L’urgence des préparatifs qui précèdent l’opéra, et donc l’improvisation nécessaire comme le climat des coulisses avant la représentation, sont totalement absents. Tout est convenu et se succède sans surprise (le maître à danser perché sur ses talons de Queen délurée !!!). Pour exprimer la métamorphose qui se produira bientôt dans l’esprit de la pauvre Ariane abandonnée par Thésée, mais sauvée par sa rencontre avec le dieu Bacchus, Mitchell invente ainsi une Ariane enceinte, préoccupée par son bébé à naître… gestation qui évoque un travail souterrain qui impacte évidemment la démarche et le comportement de la « diva »…

 

 

 

Ariadne confuse et prosaïque…

 

ariadne-auf-naxos-aix-2018-davidsen-devielhe-cutler-albrecht-critique-opera-classiquenews

 

 

Au mépris du drame originel, conçu par Strauss et son librettiste Hofmannshtal, comme Warlikowski ou Tcherniakov, Mitchell invente des relations qui ne sont pas dans la partition originelle : ainsi l’attirance du compositeur pour Zerbinette, duo manqué qui tombe à plat. C’est gadget mais très à la mode parmi les pseudo metteurs en scène. De même, elle nous afflige en remâchant la thématique du genre, désormais déclinée à toutes les sauces : ici les femmes sont viriles (l’épouse du mécène a des airs de lesbienne assumée, d’autant que son mari s’affiche en robe rouge… Elle participe volontiers au jeu des chanteurs acteurs de la tragédie) ; et les hommes sont naturellement efféminés : les 3 figurants danseurs qui doublent les comédiens italiens sont habillés chacun d’une guépière, marquant leur taille de … lolitas qui s’ignoraient ? Voyez le valet déluré / excité qui monte soudainement sur la table pendant l’air de Zerbinette et se déhanche et se contorsionne pour aguicher le chaland… Quel sens à ces dérives qui n’apportent rien ? Polluée par tant d’incongruité, la mise en scène est un foutoir au royaume du grand n’importe quoi. Et dire que beaucoup de spectateurs risquent de découvrir cette oeuvre si subtile comme on a dit, – produit du livret de Hugo von Hofmannsthal… dans cette foire chaotique et décousue.

Dans l’opéra qui suit, Ariane enceinte donc, n’est que rancoeur, raideur proche de l’hystérie aux aigus lancés en échos d’une tension bien laide… où est le mystère ? où est cette âme meurtrie que les comédiens italiens tentent de dérider.
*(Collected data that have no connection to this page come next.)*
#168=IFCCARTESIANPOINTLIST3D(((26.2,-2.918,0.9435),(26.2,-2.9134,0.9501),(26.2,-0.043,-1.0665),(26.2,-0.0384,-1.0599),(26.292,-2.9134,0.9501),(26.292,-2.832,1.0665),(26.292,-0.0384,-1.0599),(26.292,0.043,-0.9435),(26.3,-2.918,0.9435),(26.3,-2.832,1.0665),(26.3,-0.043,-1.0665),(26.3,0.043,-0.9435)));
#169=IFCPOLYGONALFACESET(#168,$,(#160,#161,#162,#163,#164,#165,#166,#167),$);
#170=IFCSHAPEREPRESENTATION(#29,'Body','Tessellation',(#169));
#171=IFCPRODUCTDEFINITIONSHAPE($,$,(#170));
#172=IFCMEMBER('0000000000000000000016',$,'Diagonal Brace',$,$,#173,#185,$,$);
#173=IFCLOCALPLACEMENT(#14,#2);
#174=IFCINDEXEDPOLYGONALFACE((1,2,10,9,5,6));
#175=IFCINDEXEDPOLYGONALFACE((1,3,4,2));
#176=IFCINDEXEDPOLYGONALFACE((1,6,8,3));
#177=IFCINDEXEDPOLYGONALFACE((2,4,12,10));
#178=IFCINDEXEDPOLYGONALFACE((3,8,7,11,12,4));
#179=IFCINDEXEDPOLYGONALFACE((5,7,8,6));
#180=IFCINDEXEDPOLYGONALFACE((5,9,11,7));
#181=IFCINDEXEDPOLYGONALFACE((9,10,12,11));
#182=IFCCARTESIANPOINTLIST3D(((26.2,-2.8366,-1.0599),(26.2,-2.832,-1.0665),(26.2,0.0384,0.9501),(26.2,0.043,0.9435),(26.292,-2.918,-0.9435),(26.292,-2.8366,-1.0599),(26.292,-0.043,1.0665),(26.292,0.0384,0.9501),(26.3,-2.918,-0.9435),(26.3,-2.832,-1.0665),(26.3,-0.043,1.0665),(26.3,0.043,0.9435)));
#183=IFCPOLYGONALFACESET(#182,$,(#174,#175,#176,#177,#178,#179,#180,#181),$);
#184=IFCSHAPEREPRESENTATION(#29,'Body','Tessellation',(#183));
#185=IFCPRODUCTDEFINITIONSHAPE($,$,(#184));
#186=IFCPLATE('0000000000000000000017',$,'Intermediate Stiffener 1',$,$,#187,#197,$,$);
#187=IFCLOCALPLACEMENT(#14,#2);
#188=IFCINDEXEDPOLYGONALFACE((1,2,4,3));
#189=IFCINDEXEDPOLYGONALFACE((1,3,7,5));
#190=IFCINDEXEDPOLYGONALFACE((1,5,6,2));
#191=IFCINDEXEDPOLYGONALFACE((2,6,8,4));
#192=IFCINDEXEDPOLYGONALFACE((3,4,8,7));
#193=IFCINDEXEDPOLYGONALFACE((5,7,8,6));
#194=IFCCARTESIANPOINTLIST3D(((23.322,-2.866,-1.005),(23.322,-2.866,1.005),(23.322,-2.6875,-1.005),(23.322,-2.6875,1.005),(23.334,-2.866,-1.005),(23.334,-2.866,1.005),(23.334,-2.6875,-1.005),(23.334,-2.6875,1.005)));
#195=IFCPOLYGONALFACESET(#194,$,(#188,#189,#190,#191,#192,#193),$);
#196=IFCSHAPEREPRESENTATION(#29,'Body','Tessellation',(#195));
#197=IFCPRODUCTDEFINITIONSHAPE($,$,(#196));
La délaissée tourne en rond, attablée ou debout autour de la table (de noces) où ses partenaires s’agitent eux aussi confusément.
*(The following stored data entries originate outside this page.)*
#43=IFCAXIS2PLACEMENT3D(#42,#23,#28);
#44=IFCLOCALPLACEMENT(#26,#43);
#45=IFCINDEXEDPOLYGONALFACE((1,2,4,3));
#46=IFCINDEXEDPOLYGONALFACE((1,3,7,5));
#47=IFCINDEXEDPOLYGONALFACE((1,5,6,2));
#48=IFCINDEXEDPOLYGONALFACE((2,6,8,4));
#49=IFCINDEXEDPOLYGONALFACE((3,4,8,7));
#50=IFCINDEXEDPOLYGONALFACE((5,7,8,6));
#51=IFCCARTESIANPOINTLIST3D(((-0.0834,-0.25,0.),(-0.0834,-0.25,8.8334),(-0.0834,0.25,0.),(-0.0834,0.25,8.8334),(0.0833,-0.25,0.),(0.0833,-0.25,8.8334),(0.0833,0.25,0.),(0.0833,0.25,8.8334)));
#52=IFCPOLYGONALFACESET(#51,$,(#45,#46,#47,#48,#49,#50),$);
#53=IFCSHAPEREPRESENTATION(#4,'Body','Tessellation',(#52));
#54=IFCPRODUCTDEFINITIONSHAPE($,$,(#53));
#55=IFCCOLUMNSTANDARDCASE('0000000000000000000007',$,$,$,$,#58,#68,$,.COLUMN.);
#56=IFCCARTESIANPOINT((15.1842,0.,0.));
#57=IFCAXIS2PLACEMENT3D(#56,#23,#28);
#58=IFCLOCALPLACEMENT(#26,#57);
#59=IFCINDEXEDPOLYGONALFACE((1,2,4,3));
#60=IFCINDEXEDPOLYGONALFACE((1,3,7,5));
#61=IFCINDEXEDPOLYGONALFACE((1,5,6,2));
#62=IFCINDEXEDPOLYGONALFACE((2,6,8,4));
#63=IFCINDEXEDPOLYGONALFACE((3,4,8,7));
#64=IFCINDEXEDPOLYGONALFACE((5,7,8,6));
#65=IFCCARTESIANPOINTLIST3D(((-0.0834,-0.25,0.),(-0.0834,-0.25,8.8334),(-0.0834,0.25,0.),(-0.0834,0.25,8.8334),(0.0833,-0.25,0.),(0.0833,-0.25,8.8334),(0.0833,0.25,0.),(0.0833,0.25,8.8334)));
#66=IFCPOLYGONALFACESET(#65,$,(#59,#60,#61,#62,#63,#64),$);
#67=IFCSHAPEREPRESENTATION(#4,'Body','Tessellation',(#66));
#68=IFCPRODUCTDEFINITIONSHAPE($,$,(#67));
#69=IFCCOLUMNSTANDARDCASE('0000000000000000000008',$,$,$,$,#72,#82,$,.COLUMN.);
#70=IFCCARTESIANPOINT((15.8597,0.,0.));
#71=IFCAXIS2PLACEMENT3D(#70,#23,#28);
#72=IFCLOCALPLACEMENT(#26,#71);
Côté interprétation, orchestralement comme vocalement soit c’est petit et serré ou tendu, soit cela est surligné et surexpressif sans beaucoup de nuances (les 3 nymphes / Dryades manquent de moelleux). Déjà saluée pour son format wagnérien, Lise Davidsen a des moyens qui sonnent ici mal dégrossis, surjouant souvent sans la grâce intérieure, les vertiges émotionnels que savaient incarnés une Jessye Norman entre autres, ou une Schwarzkopf, dans le registre altier, aristocratique. La soprano norvégienne chante trop large et manque de cette finesse proche du texte qui a fait la valeur de ses ainées. Elle est faite davantage pour chanter les Wiesedonck-lieder de Wagner plutôt que les mélodies arachnéennes de Strauss (même si elle chante les Quatre derniers) ; la prière et la langueur de Isolde plutôt que les héroïnes blessée, tendres : il y a du dragon dans cette voix puissante qui ne comprend pas la fragilité essentielle d’Ariane, femme vaincue par le destin et qui aspire pourtant à s’élever.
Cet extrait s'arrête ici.